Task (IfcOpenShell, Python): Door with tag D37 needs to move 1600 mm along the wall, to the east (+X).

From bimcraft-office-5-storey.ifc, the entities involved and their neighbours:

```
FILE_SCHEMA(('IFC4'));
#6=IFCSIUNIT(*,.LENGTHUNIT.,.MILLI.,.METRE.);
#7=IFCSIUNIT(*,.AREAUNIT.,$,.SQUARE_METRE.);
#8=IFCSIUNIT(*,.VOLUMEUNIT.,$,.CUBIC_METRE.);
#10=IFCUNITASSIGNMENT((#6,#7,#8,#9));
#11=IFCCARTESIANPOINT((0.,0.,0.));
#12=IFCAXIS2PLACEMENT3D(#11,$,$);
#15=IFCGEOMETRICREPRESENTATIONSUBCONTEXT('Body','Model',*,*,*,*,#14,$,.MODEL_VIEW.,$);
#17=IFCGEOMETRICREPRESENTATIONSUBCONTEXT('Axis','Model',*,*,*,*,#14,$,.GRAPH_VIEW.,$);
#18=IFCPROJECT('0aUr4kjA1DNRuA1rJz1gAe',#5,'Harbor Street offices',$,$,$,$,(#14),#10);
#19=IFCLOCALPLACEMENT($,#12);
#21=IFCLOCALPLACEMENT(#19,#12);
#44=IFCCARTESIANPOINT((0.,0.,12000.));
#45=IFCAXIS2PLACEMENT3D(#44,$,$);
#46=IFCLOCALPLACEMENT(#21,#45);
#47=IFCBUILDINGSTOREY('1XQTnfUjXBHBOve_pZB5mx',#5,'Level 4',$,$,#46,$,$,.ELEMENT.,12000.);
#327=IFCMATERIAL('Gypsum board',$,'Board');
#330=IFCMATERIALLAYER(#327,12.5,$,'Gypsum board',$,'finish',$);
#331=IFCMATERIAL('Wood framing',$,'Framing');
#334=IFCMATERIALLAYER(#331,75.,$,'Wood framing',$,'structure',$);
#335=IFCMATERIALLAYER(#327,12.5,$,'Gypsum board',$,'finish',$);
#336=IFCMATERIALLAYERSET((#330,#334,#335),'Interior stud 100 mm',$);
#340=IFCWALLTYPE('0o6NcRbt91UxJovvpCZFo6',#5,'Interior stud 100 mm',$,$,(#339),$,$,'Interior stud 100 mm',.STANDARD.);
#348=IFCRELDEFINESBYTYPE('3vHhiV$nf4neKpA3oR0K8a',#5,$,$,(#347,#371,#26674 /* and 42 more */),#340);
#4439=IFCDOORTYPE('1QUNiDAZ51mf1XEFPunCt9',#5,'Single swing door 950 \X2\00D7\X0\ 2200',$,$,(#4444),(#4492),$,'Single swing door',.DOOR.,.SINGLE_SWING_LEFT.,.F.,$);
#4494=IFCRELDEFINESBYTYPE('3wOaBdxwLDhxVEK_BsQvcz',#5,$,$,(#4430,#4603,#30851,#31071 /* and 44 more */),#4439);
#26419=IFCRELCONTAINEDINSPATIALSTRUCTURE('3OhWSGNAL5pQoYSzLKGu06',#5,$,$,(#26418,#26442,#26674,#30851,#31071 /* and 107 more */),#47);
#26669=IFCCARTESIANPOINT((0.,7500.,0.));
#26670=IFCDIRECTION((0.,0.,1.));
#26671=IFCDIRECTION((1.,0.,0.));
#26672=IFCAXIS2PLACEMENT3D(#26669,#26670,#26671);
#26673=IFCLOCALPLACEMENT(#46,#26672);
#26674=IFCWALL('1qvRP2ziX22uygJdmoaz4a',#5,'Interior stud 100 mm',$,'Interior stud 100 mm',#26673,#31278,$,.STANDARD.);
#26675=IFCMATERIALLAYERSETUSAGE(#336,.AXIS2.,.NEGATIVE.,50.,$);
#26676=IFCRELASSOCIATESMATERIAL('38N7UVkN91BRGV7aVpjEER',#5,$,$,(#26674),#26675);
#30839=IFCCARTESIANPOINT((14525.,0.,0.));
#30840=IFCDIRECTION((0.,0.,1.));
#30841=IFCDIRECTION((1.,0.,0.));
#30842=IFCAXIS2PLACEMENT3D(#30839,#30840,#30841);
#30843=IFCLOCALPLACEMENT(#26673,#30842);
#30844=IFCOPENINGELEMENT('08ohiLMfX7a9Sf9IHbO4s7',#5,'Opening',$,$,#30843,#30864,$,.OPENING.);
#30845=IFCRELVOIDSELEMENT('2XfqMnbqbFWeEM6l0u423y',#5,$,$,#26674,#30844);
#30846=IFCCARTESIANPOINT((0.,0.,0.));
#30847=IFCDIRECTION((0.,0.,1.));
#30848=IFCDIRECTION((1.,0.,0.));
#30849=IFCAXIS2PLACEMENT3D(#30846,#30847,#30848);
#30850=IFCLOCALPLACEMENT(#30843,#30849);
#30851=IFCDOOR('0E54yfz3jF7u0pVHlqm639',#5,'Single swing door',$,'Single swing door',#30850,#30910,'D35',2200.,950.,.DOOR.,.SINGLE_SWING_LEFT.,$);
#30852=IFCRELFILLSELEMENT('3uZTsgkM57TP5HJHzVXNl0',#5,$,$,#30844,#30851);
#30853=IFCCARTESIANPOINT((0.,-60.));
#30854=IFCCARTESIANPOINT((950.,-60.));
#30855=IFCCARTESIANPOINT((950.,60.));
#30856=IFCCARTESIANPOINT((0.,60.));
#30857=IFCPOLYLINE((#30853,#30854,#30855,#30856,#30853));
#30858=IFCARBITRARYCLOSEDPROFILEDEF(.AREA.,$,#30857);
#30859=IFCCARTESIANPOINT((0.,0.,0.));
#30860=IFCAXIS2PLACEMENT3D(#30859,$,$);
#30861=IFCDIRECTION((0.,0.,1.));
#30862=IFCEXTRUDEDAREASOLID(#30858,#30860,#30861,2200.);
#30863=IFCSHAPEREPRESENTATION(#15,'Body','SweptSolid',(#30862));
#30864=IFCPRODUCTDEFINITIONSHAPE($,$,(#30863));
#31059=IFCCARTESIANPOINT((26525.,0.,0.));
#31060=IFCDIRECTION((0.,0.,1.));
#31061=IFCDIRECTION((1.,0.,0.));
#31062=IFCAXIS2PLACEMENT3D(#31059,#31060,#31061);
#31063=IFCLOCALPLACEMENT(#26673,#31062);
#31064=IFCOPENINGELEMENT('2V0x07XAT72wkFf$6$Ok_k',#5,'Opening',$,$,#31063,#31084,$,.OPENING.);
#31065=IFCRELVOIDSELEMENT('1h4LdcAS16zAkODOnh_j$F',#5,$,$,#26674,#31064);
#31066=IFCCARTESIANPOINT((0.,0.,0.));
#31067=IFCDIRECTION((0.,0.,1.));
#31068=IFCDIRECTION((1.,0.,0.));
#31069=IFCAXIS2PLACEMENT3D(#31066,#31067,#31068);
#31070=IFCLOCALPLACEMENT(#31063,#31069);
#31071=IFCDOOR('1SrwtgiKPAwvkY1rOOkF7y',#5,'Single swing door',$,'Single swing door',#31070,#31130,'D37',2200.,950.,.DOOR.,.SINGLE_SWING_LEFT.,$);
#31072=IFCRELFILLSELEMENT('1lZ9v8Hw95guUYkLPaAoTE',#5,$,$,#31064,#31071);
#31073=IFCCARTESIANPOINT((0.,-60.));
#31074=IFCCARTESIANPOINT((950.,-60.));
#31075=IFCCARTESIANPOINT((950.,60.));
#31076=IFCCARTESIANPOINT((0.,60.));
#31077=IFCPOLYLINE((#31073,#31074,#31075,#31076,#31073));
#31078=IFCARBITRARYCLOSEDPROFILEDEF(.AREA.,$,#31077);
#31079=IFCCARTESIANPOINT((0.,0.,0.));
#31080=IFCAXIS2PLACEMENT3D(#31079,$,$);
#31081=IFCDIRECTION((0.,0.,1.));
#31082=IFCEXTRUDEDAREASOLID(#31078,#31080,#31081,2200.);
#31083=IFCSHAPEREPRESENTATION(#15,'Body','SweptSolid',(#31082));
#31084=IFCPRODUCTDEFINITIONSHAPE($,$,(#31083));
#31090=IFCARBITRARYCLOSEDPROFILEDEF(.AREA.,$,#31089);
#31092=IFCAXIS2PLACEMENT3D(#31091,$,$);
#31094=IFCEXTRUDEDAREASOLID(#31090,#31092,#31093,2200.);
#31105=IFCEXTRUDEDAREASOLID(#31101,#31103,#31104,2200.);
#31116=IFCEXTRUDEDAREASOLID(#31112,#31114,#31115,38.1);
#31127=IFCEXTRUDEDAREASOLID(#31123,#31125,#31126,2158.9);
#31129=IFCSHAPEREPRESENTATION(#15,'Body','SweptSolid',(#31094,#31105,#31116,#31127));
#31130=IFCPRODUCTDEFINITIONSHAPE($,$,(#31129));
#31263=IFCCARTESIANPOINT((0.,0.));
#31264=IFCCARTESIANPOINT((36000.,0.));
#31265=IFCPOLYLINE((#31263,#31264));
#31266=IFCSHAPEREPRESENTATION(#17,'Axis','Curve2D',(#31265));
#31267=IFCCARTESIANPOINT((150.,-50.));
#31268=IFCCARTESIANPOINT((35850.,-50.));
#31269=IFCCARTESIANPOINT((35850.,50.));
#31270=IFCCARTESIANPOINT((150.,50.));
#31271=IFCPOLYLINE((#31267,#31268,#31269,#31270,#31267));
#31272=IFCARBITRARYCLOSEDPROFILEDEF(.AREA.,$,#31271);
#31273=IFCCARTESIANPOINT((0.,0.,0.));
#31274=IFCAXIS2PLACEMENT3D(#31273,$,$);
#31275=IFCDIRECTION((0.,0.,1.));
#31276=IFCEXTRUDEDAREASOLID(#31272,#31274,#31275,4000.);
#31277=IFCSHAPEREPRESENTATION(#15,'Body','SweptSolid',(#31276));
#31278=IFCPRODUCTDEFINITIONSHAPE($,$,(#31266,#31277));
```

```python
import ifcopenshell
import ifcopenshell.api.geometry
import ifcopenshell.util.placement

model = ifcopenshell.open("bimcraft-office-5-storey.ifc")

door = model.by_id(31071)
opening = door.FillsVoids[0].RelatingOpeningElement
wall = opening.VoidsElements[0].RelatingBuildingElement

wall_matrix = ifcopenshell.util.placement.get_local_placement(wall.ObjectPlacement)
shift = wall_matrix[:3, 0] * 1600.0
before = ifcopenshell.util.placement.get_local_placement(door.ObjectPlacement)[:3, 3].copy()

# The door is placed relative to its opening, so it follows when the opening moves.
matrix = ifcopenshell.util.placement.get_local_placement(opening.ObjectPlacement)
matrix[:3, 3] += shift
ifcopenshell.api.geometry.edit_object_placement(
    model, product=opening, matrix=matrix, is_si=False, should_transform_children=True
)

after = ifcopenshell.util.placement.get_local_placement(door.ObjectPlacement)[:3, 3]
print("door moved by", (after - before).round(3) + 0.0)

model.write("bimcraft-office-5-storey_updated.ifc")
```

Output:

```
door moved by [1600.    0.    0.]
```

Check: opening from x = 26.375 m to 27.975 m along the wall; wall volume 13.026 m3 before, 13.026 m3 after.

-=-=-

Wherever the word "IFCRELVOIDSELEMENT" turns up in a line of the entries above, copy that line.

◆ Answer box:
#30845=IFCRELVOIDSELEMENT('2XfqMnbqbFWeEM6l0u423y',#5,$,$,#26674,#30844);
#31065=IFCRELVOIDSELEMENT('1h4LdcAS16zAkODOnh_j$F',#5,$,$,#26674,#31064);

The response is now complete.